Interactions between RNA polymerase and the "core recognition element" counteract pausing

Abstract

Transcription elongation is interrupted by sequences that inhibit nucleotide addition and cause RNA polymerase (RNAP) to pause. Here, by use of native elongating transcript sequencing (NET-seq) and a variant of NET-seq that enables analysis of mutant RNAP derivatives in merodiploid cells (mNET-seq), we analyze transcriptional pausing genome-wide in vivo in Escherichia coli. We identify a consensus pause-inducing sequence element, G₋₁₀Y₋₁G(+1) (where -1 corresponds to the position of the RNA 3' end). We demonstrate that sequence-specific interactions between RNAP core enzyme and a core recognition element (CRE) that stabilize transcription initiation complexes also occur in transcription elongation complexes and facilitate pause read-through by stabilizing RNAP in a posttranslocated register. Our findings identify key sequence determinants of transcriptional pausing and establish that RNAP-CRE interactions modulate pausing.

Fig. 1. Identification of consensus PE

A. Sequence logo for consensus PE from NET-seq. Red, bases with ≥0.2 bit sequence-information content. B. In vitro transcription assays with consensus PEs and mutant PEs. Top, templates. Bottom, results. +29, RNA before addition of UTP; +46, RNA in TEC at PE; RT, read-through RNA; red, consensus PE bases.

Fig. 2. Contributions of individual base pairs of consensus PE

A. In vitro transcription assays with yrbL PE derivatives. Red, consensus PE bases. B. Schematic representation of TEC in pre-translocated state at consensus PE (top) and TEC in post-translocated state at consensus PE (bottom). White boxes, DNA; gray boxes, RNA; gray shading, RNAP; red, consensus PE bases; i and i+1, RNAP active-center i and i+1 sites.

Fig. 3. Sequence-specific RNAP-G_CRE interactions modulate pausing

A. Structural organization of TEC in post-translocated state at consensus PE (left) and RPo in transcription initiation at promoter containing consensus CRE (right; 21). The presence in each case of an unpaired G at downstream end of nontemplate strand of transcription bubble suggests the possibility of equivalent sequence-specific interactions between RNAP core and the G. Red at left, bases of the consensus PE; red at right, G_CRE. B. Results of fluorescence-detected equilibrium assays (top) and kinetic (bottom) assays of interactions of RNAP derivatives with nucleic-acid scaffolds containing G, A, T, or an abasic site (X) at position corresponding to G_CRE. ntDNA, nontemplate-strand DNA; tDNA template-strand DNA. C. Sequence logos for consensus PE with RNAP-β^WT (top; 0.4 bit sequence-information content at G_CRE) and RNAP-β^D446A (bottom; 1 bit of sequence-information content at G_CRE), as defined by mNET-seq. Red, bases with ≥0.2 bit sequence information content. D. Pause-capture efficiencies of RNAP β^WT (left panels) and RNAP β^D446A (right panels) at yrbL PE and gltP PE in vitro. +29, RNA before addition of UTP; +46, RNA in TEC at PE; asterisks, RNA in TECs at additional sites where RNAP β^D446A exhibits higher pause-capture efficiency than RNAP β^WT; RT, read-through RNA; red, consensus PE bases.

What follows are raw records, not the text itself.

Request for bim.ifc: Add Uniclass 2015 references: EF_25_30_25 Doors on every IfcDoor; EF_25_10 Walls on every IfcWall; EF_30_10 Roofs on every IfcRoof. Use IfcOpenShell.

First a look at what the model holds.

```python
import ifcopenshell

model = ifcopenshell.open("bim.ifc")
print(model.schema)
print("classifications:", [c.Name for c in model.by_type("IfcClassification")])
for ifc_class in ("IfcDoor", "IfcRoof", "IfcStair", "IfcWall", "IfcWindow"):
    print(ifc_class, len(model.by_type(ifc_class)))
```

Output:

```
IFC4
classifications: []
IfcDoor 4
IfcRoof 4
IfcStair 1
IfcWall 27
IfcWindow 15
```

```python
import ifcopenshell
import ifcopenshell.api.classification

model = ifcopenshell.open("bim.ifc")

system = ifcopenshell.api.classification.add_classification(model, classification="Uniclass 2015")

codes = {
    "IfcDoor": ("EF_25_30_25", "Doors"),
    "IfcWall": ("EF_25_10", "Walls"),
    "IfcRoof": ("EF_30_10", "Roofs"),
}
for ifc_class, (code, name) in codes.items():
    products = model.by_type(ifc_class)
    ifcopenshell.api.classification.add_reference(
        model, products=products, classification=system, identification=code, name=name
    )
    print(code, len(products))

model.write("bim_updated.ifc")
```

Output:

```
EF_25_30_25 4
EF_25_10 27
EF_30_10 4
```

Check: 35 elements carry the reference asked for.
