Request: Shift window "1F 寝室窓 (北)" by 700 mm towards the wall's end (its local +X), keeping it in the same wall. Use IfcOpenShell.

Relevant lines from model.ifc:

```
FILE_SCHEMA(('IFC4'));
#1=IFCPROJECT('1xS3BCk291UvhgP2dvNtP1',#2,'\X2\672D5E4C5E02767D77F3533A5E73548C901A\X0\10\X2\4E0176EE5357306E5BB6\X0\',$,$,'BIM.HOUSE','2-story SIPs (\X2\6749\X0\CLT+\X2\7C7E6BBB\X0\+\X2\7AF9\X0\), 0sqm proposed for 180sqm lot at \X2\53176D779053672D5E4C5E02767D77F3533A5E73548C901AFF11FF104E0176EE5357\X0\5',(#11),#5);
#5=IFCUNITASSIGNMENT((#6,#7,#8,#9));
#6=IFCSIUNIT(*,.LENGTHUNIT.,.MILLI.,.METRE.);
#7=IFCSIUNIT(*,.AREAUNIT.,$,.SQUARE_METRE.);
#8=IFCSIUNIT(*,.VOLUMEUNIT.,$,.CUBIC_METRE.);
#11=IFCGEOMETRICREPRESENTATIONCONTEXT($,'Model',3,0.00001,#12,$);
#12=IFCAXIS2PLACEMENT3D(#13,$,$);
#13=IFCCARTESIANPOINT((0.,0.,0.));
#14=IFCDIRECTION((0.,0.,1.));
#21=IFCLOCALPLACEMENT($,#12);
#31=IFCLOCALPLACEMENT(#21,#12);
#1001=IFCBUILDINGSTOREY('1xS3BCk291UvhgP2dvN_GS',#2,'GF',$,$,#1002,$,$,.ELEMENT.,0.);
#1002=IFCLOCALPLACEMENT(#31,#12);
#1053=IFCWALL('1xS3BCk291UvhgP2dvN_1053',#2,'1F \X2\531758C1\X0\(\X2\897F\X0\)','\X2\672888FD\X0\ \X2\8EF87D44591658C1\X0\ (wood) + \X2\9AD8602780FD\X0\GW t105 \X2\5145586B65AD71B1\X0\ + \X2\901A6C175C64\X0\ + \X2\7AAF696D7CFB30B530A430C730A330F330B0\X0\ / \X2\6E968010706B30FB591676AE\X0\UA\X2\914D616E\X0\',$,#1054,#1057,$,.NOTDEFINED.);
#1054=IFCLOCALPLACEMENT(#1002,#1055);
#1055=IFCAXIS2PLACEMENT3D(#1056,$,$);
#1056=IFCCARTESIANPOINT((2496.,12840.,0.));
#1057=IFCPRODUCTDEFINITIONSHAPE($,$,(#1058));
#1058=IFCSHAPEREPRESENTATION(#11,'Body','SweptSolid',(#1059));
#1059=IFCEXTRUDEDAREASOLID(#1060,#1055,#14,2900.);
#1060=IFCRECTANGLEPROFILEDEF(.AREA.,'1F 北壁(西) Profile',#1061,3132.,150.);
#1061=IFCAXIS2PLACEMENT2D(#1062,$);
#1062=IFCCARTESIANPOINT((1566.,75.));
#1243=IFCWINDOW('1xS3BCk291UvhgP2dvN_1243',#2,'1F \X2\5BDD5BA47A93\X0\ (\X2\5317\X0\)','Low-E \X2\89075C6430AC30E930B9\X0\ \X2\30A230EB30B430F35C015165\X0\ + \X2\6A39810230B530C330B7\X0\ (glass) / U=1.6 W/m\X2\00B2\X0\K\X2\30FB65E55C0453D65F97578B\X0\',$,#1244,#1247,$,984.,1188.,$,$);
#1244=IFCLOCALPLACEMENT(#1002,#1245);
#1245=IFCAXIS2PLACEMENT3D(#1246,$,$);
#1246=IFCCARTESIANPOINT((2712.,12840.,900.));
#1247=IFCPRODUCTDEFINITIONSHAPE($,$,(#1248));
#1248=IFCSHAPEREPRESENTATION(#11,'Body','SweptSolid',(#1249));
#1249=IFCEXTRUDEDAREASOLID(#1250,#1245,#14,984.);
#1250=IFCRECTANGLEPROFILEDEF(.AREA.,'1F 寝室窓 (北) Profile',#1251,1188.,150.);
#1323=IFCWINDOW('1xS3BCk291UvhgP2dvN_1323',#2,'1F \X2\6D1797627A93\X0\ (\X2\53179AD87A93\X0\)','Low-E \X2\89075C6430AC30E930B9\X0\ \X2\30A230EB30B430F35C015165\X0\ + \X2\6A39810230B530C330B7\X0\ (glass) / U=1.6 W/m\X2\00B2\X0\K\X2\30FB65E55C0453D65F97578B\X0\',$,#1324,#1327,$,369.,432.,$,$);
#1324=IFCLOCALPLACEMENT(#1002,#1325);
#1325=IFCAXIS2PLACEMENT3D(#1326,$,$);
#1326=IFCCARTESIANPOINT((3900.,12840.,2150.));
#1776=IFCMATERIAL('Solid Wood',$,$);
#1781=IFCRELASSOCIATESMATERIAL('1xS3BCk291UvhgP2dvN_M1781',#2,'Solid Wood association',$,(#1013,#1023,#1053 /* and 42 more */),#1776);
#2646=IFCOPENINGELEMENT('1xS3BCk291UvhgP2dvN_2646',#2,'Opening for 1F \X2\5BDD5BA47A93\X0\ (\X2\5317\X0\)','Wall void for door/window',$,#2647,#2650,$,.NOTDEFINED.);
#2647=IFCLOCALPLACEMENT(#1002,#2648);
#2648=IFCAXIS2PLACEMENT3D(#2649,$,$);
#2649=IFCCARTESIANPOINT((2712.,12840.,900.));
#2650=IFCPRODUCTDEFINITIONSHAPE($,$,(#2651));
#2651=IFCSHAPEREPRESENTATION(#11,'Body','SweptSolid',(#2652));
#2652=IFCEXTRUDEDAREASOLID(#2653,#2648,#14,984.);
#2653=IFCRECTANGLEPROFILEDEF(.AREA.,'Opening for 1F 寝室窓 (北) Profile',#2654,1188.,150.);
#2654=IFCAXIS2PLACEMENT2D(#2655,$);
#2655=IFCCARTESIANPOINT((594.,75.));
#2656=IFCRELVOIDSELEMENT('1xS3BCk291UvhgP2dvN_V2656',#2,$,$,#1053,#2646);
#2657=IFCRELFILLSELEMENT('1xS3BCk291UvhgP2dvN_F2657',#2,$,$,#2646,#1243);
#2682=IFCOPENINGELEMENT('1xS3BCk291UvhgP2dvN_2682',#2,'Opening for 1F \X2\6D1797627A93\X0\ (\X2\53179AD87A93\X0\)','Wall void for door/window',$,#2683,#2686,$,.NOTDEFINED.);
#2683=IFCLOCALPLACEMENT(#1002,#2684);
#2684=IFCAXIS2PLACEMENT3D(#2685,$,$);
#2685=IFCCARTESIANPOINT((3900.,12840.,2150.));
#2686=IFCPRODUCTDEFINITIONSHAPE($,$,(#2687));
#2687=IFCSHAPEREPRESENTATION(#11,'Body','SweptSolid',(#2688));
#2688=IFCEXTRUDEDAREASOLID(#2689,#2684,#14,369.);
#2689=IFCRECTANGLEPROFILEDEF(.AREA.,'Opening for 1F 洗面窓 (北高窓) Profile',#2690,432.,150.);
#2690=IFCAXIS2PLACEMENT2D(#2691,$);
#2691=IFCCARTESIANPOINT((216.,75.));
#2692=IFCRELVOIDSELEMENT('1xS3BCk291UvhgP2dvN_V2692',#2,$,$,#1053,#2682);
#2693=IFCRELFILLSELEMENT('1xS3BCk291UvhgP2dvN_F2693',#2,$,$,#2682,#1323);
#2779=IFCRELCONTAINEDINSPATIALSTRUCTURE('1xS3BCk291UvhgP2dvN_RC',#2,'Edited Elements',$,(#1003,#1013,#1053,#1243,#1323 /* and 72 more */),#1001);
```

```python
import ifcopenshell
import ifcopenshell.api.geometry
import ifcopenshell.util.placement

model = ifcopenshell.open("model.ifc")

window = model.by_guid("1xS3BCk291UvhgP2dvN_1243")
opening = window.FillsVoids[0].RelatingOpeningElement
wall = opening.VoidsElements[0].RelatingBuildingElement

wall_matrix = ifcopenshell.util.placement.get_local_placement(wall.ObjectPlacement)
shift = wall_matrix[:3, 0] * 700.0
before = ifcopenshell.util.placement.get_local_placement(window.ObjectPlacement)[:3, 3].copy()

# The window is not placed relative to its opening, so move both.
for product in (opening, window):
    matrix = ifcopenshell.util.placement.get_local_placement(product.ObjectPlacement)
    matrix[:3, 3] += shift
    ifcopenshell.api.geometry.edit_object_placement(model, product=product, matrix=matrix, is_si=False)

after = ifcopenshell.util.placement.get_local_placement(window.ObjectPlacement)[:3, 3]
print("window moved by", (after - before).round(3) + 0.0)

model.write("model_rev.ifc")
```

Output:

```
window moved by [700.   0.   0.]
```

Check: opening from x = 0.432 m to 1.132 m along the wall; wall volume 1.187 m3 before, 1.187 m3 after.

Fig. 4. Sequence-specific RNAP-G_CRE interactions modulate translocation bias

A. Structural organization of TEC in pre-translocated state at consensus PE (left; unfavorable RNAP-CRE interaction) and TEC in post-translocated state at consensus PE (right; favorable RNAP-CRE interaction). PPi, pyrophosphate. B. Nucleic-acid scaffolds used for translocation-bias assays. Asterisk, radiolabel on RNA 5′ end; box, position corresponding to G_CRE; red, consensus PE base. C. Translocational bias for RNAP β^WT and RNAP β^D446A on nucleic-acid scaffolds containing G or T at position corresponding to G_CRE. Gel images show pyrophosphorolysis reaction progress from 0-30 min. 9-nt, scaffold; 8-nt, product of pyrophosphorolysis; 10-nt, product of “chase” reaction with GTP (+1G template) or UTP (+1T template). Graph shows fraction of unaltered scaffold (mean±SEM; 3 measurements) as function of time.